Cerebras-GPT is Not Following the Chinchilla Scaling Law

Author: Kyo Takano

Date: 2023-03-29

I discuss the following points in this article.

Despite the effect of compute budget on the optimal ratio between the number of tokens and the number of parameters, Cerebras-GPT assumed a linear correlation between them.
That explains why Cerebras-GPT models are undertrained, compared to other models like Pythia.

1. Power law between compute budget and the ratio

Hoffmann et al. (2022) formulated the cross-entropy loss of a trained large language model as

$$ L=E+\frac{A}{N^{\alpha}}+\frac{B}{D^{\beta}} $$

where $D$ represents the total number of model parameters; $N$, the number of training tokens; $E$, the estimated entropy of data intrinsic to the language data (i.e., the floor of training loss). The parameters $A$, $B$, $\alpha$, and $\beta$ are fitted to observed data points.

Suppose we have a fixed FLOPs compute budget $C\approx6ND$. We can substitute the predicted parameters with $G=({\alpha A}/{\beta B})^{\frac{1}{\alpha+\beta}}$. Using these parameters, we can estimate optimal $N$ and $D$ respectively as $N\approx G\times(C/6)^{\beta/(\alpha+\beta)}$ and $D\approx G^{-1}\times(C/6)^{\alpha/(\alpha+\beta)}$.

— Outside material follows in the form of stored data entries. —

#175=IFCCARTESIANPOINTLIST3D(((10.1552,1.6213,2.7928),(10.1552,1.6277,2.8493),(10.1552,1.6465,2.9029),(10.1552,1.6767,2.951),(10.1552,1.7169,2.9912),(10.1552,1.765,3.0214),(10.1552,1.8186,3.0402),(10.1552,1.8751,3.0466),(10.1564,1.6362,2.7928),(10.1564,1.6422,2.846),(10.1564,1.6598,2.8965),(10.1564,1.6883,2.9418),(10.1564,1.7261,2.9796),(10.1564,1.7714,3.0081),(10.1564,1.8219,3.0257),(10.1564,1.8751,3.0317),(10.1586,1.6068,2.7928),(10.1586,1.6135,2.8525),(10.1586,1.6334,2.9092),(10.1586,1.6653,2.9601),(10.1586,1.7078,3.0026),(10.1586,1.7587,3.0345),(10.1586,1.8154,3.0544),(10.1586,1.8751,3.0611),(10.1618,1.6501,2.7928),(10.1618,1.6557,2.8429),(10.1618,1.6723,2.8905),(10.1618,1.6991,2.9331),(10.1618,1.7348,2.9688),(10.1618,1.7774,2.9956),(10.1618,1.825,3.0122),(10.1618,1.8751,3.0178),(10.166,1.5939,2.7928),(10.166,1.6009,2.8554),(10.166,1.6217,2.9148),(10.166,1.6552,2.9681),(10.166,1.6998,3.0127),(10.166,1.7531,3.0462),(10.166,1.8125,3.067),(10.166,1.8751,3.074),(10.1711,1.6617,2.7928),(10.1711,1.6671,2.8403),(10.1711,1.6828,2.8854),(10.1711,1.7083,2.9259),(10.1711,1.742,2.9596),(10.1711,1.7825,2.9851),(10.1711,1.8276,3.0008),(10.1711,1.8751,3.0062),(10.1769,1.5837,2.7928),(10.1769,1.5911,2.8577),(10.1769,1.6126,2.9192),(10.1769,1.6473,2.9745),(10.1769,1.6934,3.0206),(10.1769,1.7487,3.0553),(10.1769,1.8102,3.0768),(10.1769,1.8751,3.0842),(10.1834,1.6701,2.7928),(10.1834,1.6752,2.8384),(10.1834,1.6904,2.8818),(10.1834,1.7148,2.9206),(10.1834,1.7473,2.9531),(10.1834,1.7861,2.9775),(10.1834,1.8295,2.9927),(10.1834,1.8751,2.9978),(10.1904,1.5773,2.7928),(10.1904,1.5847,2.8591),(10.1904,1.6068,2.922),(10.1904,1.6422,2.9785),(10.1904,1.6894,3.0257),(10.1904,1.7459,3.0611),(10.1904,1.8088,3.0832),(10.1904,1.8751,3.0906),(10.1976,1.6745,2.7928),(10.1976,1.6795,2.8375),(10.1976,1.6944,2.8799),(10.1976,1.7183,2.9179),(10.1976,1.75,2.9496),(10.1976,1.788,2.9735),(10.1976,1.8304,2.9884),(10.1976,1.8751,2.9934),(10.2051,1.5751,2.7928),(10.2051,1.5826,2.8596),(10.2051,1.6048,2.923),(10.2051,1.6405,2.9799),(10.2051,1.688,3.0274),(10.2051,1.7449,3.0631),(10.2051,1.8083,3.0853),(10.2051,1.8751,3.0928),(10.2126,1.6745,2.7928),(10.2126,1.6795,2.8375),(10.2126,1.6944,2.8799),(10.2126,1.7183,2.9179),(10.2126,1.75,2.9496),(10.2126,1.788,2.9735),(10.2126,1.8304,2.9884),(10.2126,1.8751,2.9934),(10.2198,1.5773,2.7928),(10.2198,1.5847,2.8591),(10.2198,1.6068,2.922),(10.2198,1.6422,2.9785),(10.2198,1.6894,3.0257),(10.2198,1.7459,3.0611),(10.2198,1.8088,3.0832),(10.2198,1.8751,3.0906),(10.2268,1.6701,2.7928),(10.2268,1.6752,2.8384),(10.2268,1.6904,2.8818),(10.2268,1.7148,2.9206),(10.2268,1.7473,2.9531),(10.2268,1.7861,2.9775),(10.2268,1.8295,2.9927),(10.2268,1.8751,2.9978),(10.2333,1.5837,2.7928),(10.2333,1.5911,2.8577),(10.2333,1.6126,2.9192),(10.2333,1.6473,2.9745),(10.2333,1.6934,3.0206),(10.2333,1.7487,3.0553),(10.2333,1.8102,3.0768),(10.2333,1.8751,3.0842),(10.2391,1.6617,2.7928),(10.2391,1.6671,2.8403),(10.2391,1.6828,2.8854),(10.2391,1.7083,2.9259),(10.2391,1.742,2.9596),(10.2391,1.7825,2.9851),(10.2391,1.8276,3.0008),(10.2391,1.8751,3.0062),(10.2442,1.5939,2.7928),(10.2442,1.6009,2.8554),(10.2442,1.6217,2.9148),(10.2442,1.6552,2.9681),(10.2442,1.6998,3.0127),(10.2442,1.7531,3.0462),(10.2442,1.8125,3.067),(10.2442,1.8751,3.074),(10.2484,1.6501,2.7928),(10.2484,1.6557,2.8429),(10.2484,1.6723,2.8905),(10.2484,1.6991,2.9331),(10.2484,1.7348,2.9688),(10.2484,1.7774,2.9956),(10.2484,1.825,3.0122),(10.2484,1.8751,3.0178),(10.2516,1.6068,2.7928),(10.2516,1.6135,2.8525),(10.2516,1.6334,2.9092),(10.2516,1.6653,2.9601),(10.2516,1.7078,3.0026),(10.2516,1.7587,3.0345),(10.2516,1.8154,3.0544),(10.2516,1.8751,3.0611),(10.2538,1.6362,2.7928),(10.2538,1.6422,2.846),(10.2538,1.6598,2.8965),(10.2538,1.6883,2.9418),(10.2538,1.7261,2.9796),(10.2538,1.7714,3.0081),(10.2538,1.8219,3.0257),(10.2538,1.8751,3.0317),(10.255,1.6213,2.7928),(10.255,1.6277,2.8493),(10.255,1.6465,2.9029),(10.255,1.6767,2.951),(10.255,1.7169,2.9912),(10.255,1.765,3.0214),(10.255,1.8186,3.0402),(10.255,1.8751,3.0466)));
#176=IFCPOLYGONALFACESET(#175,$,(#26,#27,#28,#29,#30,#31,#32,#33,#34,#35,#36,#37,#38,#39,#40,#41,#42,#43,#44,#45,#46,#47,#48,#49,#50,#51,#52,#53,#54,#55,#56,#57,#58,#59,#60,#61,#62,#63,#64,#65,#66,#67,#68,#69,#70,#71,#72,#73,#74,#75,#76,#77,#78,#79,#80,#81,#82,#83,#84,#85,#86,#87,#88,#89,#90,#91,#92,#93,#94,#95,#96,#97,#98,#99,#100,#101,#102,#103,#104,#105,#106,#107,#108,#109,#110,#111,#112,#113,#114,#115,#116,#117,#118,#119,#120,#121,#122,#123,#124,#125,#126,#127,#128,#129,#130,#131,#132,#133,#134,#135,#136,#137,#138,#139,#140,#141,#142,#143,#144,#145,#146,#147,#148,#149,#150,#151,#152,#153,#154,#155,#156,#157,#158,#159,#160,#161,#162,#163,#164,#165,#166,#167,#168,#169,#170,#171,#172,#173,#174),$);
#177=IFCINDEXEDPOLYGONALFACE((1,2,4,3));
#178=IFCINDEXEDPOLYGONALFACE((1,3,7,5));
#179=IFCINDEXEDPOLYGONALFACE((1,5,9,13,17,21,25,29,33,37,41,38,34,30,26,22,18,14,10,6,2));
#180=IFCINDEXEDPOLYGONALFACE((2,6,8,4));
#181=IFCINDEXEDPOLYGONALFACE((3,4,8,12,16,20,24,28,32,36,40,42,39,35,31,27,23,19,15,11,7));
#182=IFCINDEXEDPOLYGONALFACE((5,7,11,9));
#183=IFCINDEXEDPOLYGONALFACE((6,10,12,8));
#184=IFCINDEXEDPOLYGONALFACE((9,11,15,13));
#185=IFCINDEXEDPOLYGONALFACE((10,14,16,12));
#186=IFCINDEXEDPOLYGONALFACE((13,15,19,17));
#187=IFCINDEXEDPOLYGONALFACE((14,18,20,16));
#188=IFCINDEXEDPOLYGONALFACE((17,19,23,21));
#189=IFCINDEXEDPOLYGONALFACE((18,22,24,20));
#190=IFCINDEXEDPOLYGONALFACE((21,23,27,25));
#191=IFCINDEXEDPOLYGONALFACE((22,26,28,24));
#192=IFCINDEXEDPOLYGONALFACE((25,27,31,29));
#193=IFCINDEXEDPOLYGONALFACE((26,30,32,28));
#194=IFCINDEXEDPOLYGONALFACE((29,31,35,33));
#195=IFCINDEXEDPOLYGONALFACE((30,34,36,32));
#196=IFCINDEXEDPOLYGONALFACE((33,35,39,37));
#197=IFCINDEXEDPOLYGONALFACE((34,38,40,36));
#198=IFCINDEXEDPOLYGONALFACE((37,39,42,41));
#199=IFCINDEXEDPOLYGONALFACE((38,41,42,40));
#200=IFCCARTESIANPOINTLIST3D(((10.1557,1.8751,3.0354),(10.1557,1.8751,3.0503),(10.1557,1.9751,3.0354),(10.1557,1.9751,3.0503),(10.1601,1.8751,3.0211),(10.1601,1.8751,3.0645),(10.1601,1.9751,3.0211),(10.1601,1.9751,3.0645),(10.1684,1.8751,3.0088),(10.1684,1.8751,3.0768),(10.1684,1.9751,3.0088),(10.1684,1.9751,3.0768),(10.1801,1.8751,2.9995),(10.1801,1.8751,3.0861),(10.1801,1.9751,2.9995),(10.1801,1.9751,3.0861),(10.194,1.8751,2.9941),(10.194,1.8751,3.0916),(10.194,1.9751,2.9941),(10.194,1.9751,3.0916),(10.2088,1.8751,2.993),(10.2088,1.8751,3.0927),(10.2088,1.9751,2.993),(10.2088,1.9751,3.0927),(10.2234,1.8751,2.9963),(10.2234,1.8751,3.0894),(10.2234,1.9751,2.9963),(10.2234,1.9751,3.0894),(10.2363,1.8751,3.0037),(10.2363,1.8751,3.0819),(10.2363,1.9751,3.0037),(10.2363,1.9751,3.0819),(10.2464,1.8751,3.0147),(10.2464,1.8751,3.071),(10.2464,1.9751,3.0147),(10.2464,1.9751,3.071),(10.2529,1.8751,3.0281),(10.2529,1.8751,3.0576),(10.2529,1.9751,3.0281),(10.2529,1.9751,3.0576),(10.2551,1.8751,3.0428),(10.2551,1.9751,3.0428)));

Therefore, the optimal ratio of tokens per parameter $D/N$ is:

$$ \frac{D}{N} = G^{-2}\times(C/6)^{\frac{\alpha-\beta}{\alpha+\beta}} = {({\alpha A}/{\beta B})^{\frac{1}{\alpha+\beta}}}^{-2}\times(C/6)^{\frac{\alpha-\beta}{\alpha+\beta}} $$

Cerebras says “20 tokens per parameter” is compute-optimal, implying that the ratio is indifferent to compute budget $C$. However, the equation shows that the ratio varies exponentially by the factor of $C^\frac{\alpha-\beta}{\alpha+\beta}$. When $\alpha>\beta$ (Hoffmann, et al., 2022), it increases as you get more compute budget.

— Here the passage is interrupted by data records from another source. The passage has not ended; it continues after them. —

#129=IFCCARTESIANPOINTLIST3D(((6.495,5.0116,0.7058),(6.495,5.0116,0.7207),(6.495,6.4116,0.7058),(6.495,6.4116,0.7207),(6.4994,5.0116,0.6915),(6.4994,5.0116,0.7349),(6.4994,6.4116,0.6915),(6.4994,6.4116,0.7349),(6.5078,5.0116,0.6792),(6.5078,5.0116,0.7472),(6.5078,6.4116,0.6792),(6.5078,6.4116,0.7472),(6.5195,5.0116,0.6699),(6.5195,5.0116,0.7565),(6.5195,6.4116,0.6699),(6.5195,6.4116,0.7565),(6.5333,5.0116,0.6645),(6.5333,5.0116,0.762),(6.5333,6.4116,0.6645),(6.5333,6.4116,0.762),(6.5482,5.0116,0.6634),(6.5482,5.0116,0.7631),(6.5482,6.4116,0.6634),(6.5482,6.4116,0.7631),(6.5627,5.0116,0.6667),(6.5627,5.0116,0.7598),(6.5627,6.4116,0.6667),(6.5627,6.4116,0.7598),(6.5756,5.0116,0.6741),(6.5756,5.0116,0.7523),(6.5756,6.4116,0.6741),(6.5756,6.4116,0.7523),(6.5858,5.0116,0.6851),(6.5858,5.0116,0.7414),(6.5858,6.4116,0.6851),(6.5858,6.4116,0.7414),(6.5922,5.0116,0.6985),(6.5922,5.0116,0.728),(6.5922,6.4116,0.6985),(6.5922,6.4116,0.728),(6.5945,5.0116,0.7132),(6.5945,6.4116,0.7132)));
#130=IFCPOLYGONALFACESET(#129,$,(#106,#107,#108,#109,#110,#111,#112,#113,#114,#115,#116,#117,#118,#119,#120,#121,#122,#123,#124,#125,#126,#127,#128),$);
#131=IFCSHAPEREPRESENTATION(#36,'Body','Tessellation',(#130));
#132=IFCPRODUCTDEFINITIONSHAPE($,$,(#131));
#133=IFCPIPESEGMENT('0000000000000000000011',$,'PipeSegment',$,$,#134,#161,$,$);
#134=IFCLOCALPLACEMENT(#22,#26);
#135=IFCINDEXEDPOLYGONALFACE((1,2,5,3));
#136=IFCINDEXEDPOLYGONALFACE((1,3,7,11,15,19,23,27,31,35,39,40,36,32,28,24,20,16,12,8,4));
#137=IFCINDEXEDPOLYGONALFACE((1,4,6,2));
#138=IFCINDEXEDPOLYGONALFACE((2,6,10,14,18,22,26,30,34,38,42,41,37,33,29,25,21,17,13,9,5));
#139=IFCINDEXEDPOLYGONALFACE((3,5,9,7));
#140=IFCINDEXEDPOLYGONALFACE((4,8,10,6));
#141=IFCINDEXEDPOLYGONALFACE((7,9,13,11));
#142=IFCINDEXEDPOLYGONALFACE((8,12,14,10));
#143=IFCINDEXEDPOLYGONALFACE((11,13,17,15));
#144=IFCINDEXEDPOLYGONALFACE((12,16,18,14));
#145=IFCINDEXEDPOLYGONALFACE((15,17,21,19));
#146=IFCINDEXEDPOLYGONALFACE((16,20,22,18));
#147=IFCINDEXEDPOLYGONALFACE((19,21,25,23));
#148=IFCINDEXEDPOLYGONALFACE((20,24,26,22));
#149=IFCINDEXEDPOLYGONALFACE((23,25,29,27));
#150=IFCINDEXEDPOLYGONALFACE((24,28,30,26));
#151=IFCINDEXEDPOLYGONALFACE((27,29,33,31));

2. Why Cerebras-GPTs are undertrained

Figure 2. Cerebras-GPT vs. Pythia. Lower curves show greater compute efficiency for a given loss level (Cerebras, 2023)

As this Figure 2 shows, Cerebras-GPT requires significantly more parameters to reach the same performance as Pythia and other models. This is probably because the largest Chinchilla model, which Cerebras referenced, was actually undertrained and not perfectly compute-optimal.

Hoffmann et al. (2022) estimated the values of the optimal parameters $\alpha, \beta, A,$ and $B$ as 0.34, 0.28, 406.4, and 410.7. However, if you follow these values to get the ratio $D/N$, you get 92, which contradicts with the actual value $1.4T/67B=20$. This gap is most plausibly due to the following factors:

Hoffmann et al. (2022) had a small number of candidate architectures (arbitrarily parameterized by embed_dim, num_heads, num_layers, etc.), and chose the one whose $N$ is larger than and closest to $N_{opt}$. This suggests that Chinchilla might be actually undertrained
As they reported $\alpha$ and $\beta$ only down to the second decimal points despite the formulae’s sensitivity to these, the precise estimate might actually be smaller than 92 (e.g, if $\alpha=0.33$ and $\beta=0.29$, $D/N\approx24$).